◆ Exercise brief ◆
What lines of the data include the string "PLANEANGLEUNIT"? Copy them all.

════════

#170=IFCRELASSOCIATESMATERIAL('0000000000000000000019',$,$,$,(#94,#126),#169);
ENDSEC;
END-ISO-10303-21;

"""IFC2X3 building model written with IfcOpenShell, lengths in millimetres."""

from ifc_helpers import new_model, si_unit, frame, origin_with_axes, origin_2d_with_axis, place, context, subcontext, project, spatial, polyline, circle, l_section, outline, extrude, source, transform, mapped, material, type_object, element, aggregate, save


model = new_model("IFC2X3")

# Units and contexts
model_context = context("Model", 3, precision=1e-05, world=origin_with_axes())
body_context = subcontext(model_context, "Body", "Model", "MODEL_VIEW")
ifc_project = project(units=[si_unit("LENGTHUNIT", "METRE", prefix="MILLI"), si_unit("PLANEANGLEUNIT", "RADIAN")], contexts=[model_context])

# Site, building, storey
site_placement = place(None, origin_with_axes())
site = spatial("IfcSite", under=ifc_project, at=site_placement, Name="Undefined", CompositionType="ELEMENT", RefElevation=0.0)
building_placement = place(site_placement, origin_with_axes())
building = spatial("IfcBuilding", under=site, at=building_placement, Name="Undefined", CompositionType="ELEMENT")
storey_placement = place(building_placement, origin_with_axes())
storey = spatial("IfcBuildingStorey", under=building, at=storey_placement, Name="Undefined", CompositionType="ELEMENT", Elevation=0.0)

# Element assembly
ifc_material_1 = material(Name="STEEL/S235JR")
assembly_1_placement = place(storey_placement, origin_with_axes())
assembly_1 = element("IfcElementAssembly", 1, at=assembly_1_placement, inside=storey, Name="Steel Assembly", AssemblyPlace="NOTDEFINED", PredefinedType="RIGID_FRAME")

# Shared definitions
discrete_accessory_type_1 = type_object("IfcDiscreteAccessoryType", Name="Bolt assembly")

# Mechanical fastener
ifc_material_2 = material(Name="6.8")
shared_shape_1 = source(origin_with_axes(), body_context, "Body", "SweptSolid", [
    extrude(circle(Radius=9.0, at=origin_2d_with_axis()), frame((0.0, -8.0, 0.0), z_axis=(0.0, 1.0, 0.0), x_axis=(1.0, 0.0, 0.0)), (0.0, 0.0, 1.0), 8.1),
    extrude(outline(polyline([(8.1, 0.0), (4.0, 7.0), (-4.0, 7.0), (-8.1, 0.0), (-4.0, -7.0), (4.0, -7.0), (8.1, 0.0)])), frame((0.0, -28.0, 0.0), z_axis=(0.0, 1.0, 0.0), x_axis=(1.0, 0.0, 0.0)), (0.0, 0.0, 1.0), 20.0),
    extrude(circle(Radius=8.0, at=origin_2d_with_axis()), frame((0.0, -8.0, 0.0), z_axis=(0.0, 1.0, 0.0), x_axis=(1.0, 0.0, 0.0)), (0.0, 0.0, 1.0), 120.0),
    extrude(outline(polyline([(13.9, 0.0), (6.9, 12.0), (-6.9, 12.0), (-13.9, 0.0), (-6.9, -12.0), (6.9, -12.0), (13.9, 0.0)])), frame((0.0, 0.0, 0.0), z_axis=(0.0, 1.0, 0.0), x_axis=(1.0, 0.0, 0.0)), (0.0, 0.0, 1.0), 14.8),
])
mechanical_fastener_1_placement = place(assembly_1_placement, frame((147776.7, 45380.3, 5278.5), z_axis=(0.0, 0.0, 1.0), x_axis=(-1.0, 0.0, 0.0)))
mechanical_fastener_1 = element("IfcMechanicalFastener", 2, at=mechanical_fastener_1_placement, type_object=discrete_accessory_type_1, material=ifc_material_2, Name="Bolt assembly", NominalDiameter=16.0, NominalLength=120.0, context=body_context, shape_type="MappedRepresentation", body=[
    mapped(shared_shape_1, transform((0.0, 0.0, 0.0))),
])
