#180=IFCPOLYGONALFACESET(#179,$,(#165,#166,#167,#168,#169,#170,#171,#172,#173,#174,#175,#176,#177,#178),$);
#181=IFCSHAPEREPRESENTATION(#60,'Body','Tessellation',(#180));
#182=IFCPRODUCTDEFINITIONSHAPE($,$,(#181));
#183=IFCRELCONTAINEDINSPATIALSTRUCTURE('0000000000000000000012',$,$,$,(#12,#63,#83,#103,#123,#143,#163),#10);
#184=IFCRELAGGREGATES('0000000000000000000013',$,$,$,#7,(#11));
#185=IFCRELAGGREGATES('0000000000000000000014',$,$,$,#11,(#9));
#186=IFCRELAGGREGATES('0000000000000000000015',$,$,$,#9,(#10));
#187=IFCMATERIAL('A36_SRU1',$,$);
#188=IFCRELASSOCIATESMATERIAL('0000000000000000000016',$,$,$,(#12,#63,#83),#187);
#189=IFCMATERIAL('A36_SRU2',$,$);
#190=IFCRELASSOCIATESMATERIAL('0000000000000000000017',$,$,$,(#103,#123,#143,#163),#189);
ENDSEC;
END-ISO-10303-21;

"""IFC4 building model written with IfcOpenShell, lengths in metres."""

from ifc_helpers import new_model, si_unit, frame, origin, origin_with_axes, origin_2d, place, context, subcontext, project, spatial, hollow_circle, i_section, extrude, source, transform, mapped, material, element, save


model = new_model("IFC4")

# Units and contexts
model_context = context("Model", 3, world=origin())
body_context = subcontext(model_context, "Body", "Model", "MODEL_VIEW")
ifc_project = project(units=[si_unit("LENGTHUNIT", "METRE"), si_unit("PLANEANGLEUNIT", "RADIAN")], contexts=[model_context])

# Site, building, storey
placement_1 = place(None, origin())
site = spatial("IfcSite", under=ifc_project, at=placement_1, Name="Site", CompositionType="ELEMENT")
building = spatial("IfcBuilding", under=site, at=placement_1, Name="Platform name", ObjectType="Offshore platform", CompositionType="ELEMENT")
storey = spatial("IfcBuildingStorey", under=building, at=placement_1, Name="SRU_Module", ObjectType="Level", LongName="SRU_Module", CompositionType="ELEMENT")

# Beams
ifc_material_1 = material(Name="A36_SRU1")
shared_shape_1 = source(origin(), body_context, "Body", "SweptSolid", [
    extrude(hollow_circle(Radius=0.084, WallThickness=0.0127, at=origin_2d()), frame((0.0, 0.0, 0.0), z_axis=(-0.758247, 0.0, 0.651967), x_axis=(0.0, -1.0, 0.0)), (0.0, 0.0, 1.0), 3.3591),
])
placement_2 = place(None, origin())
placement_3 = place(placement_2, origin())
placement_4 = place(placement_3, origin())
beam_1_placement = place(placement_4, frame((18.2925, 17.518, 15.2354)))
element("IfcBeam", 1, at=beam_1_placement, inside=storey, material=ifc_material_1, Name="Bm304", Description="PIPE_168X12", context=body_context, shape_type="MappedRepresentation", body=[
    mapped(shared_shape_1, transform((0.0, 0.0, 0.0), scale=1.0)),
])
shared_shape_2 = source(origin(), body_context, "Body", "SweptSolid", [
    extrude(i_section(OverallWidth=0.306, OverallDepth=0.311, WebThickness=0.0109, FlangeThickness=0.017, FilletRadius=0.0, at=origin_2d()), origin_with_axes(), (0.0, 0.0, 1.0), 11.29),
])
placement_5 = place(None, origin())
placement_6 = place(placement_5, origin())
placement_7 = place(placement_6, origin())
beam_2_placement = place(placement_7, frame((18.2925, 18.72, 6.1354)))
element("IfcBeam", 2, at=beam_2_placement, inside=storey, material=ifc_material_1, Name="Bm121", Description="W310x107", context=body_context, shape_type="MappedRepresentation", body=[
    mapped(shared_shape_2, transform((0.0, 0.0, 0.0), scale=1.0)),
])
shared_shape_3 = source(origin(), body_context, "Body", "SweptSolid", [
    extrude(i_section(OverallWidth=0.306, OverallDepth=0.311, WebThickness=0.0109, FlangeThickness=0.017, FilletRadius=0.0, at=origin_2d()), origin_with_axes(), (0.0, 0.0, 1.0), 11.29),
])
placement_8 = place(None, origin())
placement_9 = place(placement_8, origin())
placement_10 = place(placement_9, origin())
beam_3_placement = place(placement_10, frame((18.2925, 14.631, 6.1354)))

════════

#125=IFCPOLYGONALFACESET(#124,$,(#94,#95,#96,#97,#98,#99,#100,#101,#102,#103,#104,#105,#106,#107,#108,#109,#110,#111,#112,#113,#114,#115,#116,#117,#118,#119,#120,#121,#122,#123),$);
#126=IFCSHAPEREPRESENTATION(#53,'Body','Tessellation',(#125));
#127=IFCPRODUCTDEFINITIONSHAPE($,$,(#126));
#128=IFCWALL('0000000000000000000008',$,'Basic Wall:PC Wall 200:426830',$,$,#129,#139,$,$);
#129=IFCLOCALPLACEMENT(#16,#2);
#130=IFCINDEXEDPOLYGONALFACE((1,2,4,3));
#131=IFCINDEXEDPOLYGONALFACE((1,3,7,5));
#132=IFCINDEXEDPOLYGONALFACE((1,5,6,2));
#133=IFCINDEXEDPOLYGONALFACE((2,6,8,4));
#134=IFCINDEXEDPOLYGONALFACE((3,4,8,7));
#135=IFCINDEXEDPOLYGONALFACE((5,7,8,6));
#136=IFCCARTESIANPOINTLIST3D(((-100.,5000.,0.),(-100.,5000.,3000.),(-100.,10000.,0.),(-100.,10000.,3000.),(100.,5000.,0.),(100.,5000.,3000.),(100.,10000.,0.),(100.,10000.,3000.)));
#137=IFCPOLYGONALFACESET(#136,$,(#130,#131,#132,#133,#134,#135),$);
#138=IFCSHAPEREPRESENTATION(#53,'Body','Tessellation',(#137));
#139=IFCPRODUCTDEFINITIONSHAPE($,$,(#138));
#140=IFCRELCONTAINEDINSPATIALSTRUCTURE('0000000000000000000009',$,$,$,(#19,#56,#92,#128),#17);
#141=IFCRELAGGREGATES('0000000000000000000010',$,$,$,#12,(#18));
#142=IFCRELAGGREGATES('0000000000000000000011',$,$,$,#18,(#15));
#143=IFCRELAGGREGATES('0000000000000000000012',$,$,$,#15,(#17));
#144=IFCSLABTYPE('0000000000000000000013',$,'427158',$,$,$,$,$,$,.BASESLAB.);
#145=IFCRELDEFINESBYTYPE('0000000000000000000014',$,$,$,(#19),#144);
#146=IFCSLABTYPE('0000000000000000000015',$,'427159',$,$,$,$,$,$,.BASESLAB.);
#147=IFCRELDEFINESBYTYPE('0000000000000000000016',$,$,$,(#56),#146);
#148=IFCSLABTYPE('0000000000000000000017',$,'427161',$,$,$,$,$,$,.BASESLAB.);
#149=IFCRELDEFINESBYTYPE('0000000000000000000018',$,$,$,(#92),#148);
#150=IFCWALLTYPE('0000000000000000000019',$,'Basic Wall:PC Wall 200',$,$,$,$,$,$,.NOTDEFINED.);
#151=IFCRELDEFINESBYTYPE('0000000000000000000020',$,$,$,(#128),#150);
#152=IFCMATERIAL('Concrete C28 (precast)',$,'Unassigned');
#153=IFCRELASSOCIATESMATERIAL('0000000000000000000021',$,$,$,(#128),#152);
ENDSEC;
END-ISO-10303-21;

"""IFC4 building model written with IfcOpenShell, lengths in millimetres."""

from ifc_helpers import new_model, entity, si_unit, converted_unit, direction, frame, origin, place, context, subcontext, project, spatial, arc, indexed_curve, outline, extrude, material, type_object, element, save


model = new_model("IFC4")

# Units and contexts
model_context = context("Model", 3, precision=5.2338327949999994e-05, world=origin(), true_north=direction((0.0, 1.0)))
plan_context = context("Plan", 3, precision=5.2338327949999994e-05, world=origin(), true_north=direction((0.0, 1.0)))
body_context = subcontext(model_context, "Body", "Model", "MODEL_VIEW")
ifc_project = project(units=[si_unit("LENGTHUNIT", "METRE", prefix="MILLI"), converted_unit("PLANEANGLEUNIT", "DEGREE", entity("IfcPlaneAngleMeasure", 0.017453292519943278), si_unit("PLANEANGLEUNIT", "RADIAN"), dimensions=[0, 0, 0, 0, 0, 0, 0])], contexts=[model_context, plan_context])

════════

◆ Exercise output ◆
ifc_project = project(units=[si_unit("LENGTHUNIT", "METRE", prefix="MILLI"), si_unit("PLANEANGLEUNIT", "RADIAN")], contexts=[model_context])
ifc_project = project(units=[si_unit("LENGTHUNIT", "METRE"), si_unit("PLANEANGLEUNIT", "RADIAN")], contexts=[model_context])
ifc_project = project(units=[si_unit("LENGTHUNIT", "METRE", prefix="MILLI"), converted_unit("PLANEANGLEUNIT", "DEGREE", entity("IfcPlaneAngleMeasure", 0.017453292519943278), si_unit("PLANEANGLEUNIT", "RADIAN"), dimensions=[0, 0, 0, 0, 0, 0, 0])], contexts=[model_context, plan_context])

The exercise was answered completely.